[[ Given data, beginning ]]
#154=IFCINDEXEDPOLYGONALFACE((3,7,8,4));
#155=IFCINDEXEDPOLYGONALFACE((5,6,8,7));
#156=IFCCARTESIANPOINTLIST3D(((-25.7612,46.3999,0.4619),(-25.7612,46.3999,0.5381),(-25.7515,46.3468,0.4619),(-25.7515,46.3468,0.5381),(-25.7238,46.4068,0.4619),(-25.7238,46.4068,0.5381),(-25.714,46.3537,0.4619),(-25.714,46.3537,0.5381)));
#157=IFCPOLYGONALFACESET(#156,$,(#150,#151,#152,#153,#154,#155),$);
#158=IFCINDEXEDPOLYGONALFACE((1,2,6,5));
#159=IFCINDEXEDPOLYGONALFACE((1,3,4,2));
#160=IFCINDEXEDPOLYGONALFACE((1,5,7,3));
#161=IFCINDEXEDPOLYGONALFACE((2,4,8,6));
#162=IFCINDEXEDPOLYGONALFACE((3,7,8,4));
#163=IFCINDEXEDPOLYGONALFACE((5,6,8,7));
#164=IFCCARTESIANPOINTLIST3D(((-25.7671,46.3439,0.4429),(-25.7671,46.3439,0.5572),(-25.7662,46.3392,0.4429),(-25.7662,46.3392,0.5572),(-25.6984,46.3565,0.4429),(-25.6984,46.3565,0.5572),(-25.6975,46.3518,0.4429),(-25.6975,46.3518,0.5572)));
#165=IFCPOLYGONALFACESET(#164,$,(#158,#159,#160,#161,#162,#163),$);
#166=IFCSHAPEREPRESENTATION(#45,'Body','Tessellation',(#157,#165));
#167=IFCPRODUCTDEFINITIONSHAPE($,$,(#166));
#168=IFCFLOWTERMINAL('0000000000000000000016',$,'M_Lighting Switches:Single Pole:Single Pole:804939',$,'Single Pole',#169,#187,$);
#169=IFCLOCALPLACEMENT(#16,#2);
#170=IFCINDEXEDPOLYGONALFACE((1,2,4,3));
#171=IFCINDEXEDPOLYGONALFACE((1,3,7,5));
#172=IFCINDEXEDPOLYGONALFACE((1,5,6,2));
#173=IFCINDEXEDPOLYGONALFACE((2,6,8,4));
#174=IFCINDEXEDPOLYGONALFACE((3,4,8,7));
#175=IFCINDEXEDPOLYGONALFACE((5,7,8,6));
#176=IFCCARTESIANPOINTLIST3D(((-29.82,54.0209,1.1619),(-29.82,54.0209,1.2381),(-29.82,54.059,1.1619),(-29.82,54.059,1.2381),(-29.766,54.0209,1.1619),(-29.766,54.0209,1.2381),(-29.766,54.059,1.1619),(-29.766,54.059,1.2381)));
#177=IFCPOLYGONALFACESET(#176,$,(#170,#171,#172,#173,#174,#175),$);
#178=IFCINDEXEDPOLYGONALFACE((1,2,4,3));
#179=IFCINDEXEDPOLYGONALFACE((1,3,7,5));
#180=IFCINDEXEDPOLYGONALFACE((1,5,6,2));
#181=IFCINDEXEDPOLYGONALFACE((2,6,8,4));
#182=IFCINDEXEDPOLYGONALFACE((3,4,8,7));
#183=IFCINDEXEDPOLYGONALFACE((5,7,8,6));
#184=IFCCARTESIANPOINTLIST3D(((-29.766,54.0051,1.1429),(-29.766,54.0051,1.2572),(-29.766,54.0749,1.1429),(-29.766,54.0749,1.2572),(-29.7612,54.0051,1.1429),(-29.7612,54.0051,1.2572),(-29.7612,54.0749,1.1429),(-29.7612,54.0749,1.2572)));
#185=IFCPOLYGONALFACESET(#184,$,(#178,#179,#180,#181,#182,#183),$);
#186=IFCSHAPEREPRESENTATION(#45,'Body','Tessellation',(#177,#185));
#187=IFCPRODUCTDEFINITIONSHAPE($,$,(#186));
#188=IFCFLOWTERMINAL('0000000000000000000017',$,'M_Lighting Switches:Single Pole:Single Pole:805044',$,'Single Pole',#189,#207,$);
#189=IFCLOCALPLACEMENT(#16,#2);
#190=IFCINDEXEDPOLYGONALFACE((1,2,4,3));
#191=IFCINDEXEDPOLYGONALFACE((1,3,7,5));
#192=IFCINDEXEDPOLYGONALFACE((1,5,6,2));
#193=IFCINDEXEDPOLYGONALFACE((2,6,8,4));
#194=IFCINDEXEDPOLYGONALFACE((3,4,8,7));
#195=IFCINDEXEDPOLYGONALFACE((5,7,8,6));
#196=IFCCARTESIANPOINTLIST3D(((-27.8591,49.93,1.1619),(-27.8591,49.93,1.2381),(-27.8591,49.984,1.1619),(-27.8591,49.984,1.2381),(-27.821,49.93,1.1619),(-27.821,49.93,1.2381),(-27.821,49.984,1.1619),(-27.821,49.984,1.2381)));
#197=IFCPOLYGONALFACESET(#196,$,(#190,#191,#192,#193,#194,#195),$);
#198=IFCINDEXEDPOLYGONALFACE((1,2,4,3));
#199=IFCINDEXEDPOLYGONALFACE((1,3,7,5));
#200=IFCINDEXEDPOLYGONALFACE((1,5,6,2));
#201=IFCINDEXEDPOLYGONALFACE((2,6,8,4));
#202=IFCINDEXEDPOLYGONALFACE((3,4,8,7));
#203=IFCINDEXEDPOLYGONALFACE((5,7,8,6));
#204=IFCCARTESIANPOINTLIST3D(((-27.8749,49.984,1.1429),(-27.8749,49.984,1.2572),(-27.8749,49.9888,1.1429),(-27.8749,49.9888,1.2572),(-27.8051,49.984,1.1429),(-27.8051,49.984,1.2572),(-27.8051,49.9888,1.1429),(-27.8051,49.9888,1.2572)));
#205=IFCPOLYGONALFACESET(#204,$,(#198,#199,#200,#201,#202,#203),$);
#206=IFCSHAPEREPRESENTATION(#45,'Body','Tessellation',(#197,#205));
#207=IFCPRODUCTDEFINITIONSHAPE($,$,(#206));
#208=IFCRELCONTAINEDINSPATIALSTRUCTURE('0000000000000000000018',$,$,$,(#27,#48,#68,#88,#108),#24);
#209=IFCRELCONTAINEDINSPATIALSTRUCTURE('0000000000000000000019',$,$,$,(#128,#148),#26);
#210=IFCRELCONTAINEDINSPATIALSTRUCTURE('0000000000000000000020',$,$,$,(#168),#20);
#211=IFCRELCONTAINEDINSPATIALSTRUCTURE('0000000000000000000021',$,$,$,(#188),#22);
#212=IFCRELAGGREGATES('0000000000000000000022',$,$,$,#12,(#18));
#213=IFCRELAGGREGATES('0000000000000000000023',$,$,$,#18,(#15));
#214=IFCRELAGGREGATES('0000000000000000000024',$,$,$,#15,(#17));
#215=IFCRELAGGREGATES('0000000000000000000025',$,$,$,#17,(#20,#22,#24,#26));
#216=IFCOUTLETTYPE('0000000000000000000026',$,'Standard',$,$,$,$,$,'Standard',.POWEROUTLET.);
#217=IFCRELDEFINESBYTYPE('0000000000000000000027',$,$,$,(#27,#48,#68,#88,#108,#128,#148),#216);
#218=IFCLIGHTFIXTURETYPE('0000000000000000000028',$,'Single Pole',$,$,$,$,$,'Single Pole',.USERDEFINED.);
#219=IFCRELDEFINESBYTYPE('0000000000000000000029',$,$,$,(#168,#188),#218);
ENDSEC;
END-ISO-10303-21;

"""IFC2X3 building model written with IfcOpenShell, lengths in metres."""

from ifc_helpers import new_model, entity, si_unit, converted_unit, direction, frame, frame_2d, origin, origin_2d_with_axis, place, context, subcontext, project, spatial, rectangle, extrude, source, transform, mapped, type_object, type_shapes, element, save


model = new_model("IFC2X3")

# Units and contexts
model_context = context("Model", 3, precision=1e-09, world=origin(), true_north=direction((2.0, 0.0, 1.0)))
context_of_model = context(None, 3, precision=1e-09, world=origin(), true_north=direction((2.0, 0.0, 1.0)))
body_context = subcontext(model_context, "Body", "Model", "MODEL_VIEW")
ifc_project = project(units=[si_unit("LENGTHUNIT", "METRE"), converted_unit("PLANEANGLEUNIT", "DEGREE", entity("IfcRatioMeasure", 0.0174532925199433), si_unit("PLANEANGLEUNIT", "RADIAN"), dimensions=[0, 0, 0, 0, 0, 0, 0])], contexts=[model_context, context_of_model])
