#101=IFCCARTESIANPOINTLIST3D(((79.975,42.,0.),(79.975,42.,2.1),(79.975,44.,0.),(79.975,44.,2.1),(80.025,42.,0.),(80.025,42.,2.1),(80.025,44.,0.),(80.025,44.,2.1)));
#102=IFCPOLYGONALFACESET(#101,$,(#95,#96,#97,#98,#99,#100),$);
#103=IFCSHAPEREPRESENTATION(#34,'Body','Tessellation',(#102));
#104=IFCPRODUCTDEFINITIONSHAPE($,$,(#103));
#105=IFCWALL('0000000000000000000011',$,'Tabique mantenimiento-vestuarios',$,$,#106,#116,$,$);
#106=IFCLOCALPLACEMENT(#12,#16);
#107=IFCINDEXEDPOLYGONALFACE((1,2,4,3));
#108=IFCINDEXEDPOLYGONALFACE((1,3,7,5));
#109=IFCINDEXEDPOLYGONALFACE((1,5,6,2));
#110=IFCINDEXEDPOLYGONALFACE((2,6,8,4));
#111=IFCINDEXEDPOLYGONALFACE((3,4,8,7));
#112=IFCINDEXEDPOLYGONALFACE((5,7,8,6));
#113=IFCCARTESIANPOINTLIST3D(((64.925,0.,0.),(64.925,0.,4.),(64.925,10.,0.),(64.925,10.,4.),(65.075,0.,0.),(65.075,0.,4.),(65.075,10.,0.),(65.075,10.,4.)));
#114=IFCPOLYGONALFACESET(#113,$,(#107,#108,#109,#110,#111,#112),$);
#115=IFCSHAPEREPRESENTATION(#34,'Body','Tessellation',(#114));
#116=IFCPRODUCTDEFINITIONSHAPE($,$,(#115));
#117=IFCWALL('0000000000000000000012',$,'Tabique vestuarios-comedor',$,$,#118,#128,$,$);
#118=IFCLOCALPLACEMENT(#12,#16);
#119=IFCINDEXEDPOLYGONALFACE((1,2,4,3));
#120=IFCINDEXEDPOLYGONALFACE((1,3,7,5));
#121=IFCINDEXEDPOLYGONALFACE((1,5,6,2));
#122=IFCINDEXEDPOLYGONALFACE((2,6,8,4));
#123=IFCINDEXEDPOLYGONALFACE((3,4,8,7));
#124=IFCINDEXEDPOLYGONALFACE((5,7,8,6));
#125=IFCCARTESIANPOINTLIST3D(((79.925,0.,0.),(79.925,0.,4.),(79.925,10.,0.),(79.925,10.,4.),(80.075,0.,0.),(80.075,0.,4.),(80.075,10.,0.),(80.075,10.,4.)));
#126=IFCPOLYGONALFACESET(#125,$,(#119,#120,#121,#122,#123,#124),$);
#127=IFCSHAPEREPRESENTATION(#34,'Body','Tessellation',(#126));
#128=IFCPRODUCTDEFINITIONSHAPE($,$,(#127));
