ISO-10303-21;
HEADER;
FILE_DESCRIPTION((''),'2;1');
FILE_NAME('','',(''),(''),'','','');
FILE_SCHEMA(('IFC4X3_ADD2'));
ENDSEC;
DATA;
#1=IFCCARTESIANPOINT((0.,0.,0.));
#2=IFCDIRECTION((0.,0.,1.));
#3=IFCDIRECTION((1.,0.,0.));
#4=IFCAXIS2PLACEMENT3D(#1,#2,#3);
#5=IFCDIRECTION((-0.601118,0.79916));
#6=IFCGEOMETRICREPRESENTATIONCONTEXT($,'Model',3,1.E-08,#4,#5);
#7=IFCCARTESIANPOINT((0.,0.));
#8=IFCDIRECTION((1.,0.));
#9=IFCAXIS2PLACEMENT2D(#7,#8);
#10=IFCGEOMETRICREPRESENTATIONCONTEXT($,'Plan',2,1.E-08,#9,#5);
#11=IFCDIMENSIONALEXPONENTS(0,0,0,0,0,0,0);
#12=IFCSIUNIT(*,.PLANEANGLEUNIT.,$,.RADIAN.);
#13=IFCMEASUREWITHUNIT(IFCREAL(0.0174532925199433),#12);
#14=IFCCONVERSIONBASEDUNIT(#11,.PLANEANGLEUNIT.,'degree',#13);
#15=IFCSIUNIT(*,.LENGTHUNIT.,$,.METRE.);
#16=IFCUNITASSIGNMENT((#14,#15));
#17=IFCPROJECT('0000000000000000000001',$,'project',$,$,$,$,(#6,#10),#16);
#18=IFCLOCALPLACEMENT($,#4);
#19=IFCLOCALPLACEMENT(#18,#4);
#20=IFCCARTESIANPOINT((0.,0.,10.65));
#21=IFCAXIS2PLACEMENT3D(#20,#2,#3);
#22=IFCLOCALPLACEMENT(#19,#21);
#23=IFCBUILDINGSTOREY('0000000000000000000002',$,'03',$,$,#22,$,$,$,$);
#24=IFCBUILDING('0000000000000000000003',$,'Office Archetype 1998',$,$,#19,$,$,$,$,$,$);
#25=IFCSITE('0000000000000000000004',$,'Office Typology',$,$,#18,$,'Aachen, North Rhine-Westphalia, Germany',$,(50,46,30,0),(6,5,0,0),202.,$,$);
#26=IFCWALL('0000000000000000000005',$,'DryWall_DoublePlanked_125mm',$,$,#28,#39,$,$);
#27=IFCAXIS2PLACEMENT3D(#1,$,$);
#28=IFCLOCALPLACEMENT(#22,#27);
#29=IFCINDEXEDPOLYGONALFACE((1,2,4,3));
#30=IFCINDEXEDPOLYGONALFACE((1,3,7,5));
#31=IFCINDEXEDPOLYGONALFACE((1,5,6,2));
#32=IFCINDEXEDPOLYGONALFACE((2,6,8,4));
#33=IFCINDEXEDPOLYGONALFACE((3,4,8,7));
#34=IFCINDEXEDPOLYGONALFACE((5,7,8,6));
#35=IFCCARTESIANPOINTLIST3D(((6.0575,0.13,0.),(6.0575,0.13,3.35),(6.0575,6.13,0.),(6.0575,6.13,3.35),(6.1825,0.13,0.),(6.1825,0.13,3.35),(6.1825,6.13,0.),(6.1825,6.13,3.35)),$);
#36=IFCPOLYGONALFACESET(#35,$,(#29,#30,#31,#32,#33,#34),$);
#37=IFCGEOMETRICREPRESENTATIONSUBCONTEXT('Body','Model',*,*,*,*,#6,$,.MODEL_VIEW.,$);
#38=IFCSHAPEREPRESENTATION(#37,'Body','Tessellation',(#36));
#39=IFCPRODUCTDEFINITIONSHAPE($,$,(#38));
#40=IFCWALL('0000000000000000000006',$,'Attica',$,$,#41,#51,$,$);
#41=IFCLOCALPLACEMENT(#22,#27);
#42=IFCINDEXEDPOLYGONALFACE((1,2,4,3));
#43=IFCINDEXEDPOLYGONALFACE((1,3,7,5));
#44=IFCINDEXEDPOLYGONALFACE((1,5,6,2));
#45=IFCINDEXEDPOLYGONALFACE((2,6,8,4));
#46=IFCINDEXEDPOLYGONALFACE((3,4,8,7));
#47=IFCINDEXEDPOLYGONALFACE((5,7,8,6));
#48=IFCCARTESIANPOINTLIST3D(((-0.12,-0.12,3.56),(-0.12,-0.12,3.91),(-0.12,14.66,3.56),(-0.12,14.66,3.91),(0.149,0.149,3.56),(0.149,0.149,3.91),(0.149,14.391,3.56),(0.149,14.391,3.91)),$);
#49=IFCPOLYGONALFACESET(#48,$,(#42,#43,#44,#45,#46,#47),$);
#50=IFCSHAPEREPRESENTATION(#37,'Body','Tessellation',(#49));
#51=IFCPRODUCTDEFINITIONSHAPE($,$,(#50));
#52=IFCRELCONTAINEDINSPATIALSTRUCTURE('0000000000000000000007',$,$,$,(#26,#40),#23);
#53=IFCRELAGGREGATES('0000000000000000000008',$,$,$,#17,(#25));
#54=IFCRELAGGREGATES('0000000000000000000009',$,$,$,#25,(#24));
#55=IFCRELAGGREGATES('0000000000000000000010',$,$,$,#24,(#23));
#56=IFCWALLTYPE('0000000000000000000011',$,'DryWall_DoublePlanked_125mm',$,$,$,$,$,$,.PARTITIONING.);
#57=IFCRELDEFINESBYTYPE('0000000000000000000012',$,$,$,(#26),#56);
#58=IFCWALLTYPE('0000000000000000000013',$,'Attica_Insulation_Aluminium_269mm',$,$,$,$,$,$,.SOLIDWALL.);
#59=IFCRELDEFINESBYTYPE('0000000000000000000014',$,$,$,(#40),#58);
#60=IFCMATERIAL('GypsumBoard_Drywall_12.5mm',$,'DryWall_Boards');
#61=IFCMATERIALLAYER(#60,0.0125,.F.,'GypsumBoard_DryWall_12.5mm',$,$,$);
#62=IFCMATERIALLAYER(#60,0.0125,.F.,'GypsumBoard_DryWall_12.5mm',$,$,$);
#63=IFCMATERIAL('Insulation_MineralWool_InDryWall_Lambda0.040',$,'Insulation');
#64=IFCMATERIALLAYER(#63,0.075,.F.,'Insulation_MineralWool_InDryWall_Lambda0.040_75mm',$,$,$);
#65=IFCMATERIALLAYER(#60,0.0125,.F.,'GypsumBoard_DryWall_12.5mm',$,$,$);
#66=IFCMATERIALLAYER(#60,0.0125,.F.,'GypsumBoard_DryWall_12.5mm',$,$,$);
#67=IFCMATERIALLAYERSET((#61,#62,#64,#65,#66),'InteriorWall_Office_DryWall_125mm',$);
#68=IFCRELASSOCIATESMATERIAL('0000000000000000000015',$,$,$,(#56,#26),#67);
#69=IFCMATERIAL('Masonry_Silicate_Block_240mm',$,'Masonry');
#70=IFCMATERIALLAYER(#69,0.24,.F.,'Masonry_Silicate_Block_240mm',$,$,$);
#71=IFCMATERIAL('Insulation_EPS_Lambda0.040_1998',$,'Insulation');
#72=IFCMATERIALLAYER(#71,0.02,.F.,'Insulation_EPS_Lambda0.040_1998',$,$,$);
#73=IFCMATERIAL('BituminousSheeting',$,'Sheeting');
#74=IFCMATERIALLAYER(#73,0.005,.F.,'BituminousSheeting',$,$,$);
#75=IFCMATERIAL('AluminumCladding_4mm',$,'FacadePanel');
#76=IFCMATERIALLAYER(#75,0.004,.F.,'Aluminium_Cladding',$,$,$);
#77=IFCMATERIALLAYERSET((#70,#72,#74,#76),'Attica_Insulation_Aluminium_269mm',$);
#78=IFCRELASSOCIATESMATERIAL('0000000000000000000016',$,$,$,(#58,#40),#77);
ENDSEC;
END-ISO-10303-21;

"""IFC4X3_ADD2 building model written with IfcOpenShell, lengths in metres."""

from ifc_helpers import new_model, entity, si_unit, converted_unit, direction, frame, origin_with_axes, origin_2d_with_axis, place, context, subcontext, project, spatial, line, indexed_curve, outline, extrude, material, layer, layer_set, layer_usage, type_object, element, save


model = new_model("IFC4X3_ADD2")

# Units and contexts
model_context = context("Model", 3, precision=1e-08, world=origin_with_axes(), true_north=direction((-0.601118, 0.79916)))
plan_context = context("Plan", 2, precision=1e-08, world=origin_2d_with_axis(), true_north=direction((-0.601118, 0.79916)))
body_context = subcontext(model_context, "Body", "Model", "MODEL_VIEW")
ifc_project = project(units=[converted_unit("PLANEANGLEUNIT", "degree", entity("IfcReal", 0.0174532925199433), si_unit("PLANEANGLEUNIT", "RADIAN"), dimensions=[0, 0, 0, 0, 0, 0, 0]), si_unit("LENGTHUNIT", "METRE")], contexts=[model_context, plan_context])

# Site, building, storey
site_placement = place(None, origin_with_axes())
site = spatial("IfcSite", under=ifc_project, at=site_placement, Name="Office Typology", LongName="Aachen, North Rhine-Westphalia, Germany", RefLatitude=(50, 46, 30, 0), RefLongitude=(6, 5, 0, 0), RefElevation=202.0)
building_placement = place(site_placement, origin_with_axes())
building = spatial("IfcBuilding", under=site, at=building_placement, Name="Office Archetype 1998")
storey_placement = place(building_placement, frame((0.0, 0.0, 10.65), z_axis=(0.0, 0.0, 1.0), x_axis=(1.0, 0.0, 0.0)))
storey = spatial("IfcBuildingStorey", under=building, at=storey_placement, Name="03")

# Shared definitions
ifc_material_1 = material(Name="Masonry_Silicate_Block_240mm", Category="Masonry")

# Wall
ifc_material_2 = material(Name="GypsumBoard_Drywall_12.5mm", Category="DryWall_Boards")
ifc_layer_1 = layer(ifc_material_2, 0.0125, ventilated=False, Name="GypsumBoard_DryWall_12.5mm")
ifc_layer_2 = layer(ifc_material_2, 0.0125, ventilated=False, Name="GypsumBoard_DryWall_12.5mm")
ifc_material_3 = material(Name="Insulation_MineralWool_InDryWall_Lambda0.040", Category="Insulation")
ifc_layer_3 = layer(ifc_material_3, 0.075, ventilated=False, Name="Insulation_MineralWool_InDryWall_Lambda0.040_75mm")
ifc_layer_4 = layer(ifc_material_2, 0.0125, ventilated=False, Name="GypsumBoard_DryWall_12.5mm")
ifc_layer_5 = layer(ifc_material_2, 0.0125, ventilated=False, Name="GypsumBoard_DryWall_12.5mm")
ifc_layer_set_1 = layer_set([ifc_layer_1, ifc_layer_2, ifc_layer_3, ifc_layer_4, ifc_layer_5], Name="InteriorWall_Office_DryWall_125mm")
ifc_layer_usage_1 = layer_usage(ifc_layer_set_1, "AXIS2", "POSITIVE", 0.0)
wall_type_1 = type_object("IfcWallType", Name="DryWall_DoublePlanked_125mm", PredefinedType="PARTITIONING", material=ifc_layer_set_1)
wall_1_placement = place(storey_placement, frame((6.0575, 6.13, 0.0), z_axis=(0.0, 0.0, 1.0), x_axis=(0.0, -1.0, 0.0)))
element("IfcWall", 1, at=wall_1_placement, inside=storey, type_object=wall_type_1, material=ifc_layer_usage_1, Name="DryWall_DoublePlanked_125mm", context=body_context, shape_type="SweptSolid", body=[
    extrude(outline(indexed_curve([(0.0, 0.0), (0.0, 0.125), (6.0, 0.125), (6.0, 0.0)], segments=[line(1, 2, 3, 4, 1)])), origin_with_axes(), (0.0, 0.0, 1.0), 3.35),
])

# Wall
ifc_layer_6 = layer(ifc_material_1, 0.24, ventilated=False, Name="Masonry_Silicate_Block_240mm")
ifc_material_4 = material(Name="Insulation_EPS_Lambda0.040_1998", Category="Insulation")
ifc_layer_7 = layer(ifc_material_4, 0.02, ventilated=False, Name="Insulation_EPS_Lambda0.040_1998")
ifc_material_5 = material(Name="BituminousSheeting", Category="Sheeting")
ifc_layer_8 = layer(ifc_material_5, 0.005, ventilated=False, Name="BituminousSheeting")
ifc_material_6 = material(Name="AluminumCladding_4mm", Category="FacadePanel")
ifc_layer_9 = layer(ifc_material_6, 0.004, ventilated=False, Name="Aluminium_Cladding")
ifc_layer_set_2 = layer_set([ifc_layer_6, ifc_layer_7, ifc_layer_8, ifc_layer_9], Name="Attica_Insulation_Aluminium_269mm")
ifc_layer_usage_2 = layer_usage(ifc_layer_set_2, "AXIS2", "POSITIVE", 0.0)
wall_type_2 = type_object("IfcWallType", Name="Attica_Insulation_Aluminium_269mm", PredefinedType="SOLIDWALL", material=ifc_layer_set_2)
wall_2_placement = place(storey_placement, frame((-0.12, 14.66, 3.56), z_axis=(0.0, 0.0, 1.0), x_axis=(0.0, -1.0, 0.0)))
element("IfcWall", 2, at=wall_2_placement, inside=storey, type_object=wall_type_2, material=ifc_layer_usage_2, Name="Attica", context=body_context, shape_type="SweptSolid", body=[
    extrude(outline(indexed_curve([(0.0, 0.0), (0.269, 0.269), (14.511, 0.269), (14.78, 0.0)], segments=[line(1, 2, 3, 4, 1)])), origin_with_axes(), (0.0, 0.0, 1.0), 0.35),
])

save(model, "model.ifc")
[[ Given data, end ]]
▸ **Required work**: Your answer must be the lines from the first line of the records through the line containing "#155=IFCINDEXEDPOLYGONALFACE((5,6,8,7));", copied exactly.

▸ **Output of the exercise**:
#154=IFCINDEXEDPOLYGONALFACE((3,7,8,4));
#155=IFCINDEXEDPOLYGONALFACE((5,6,8,7));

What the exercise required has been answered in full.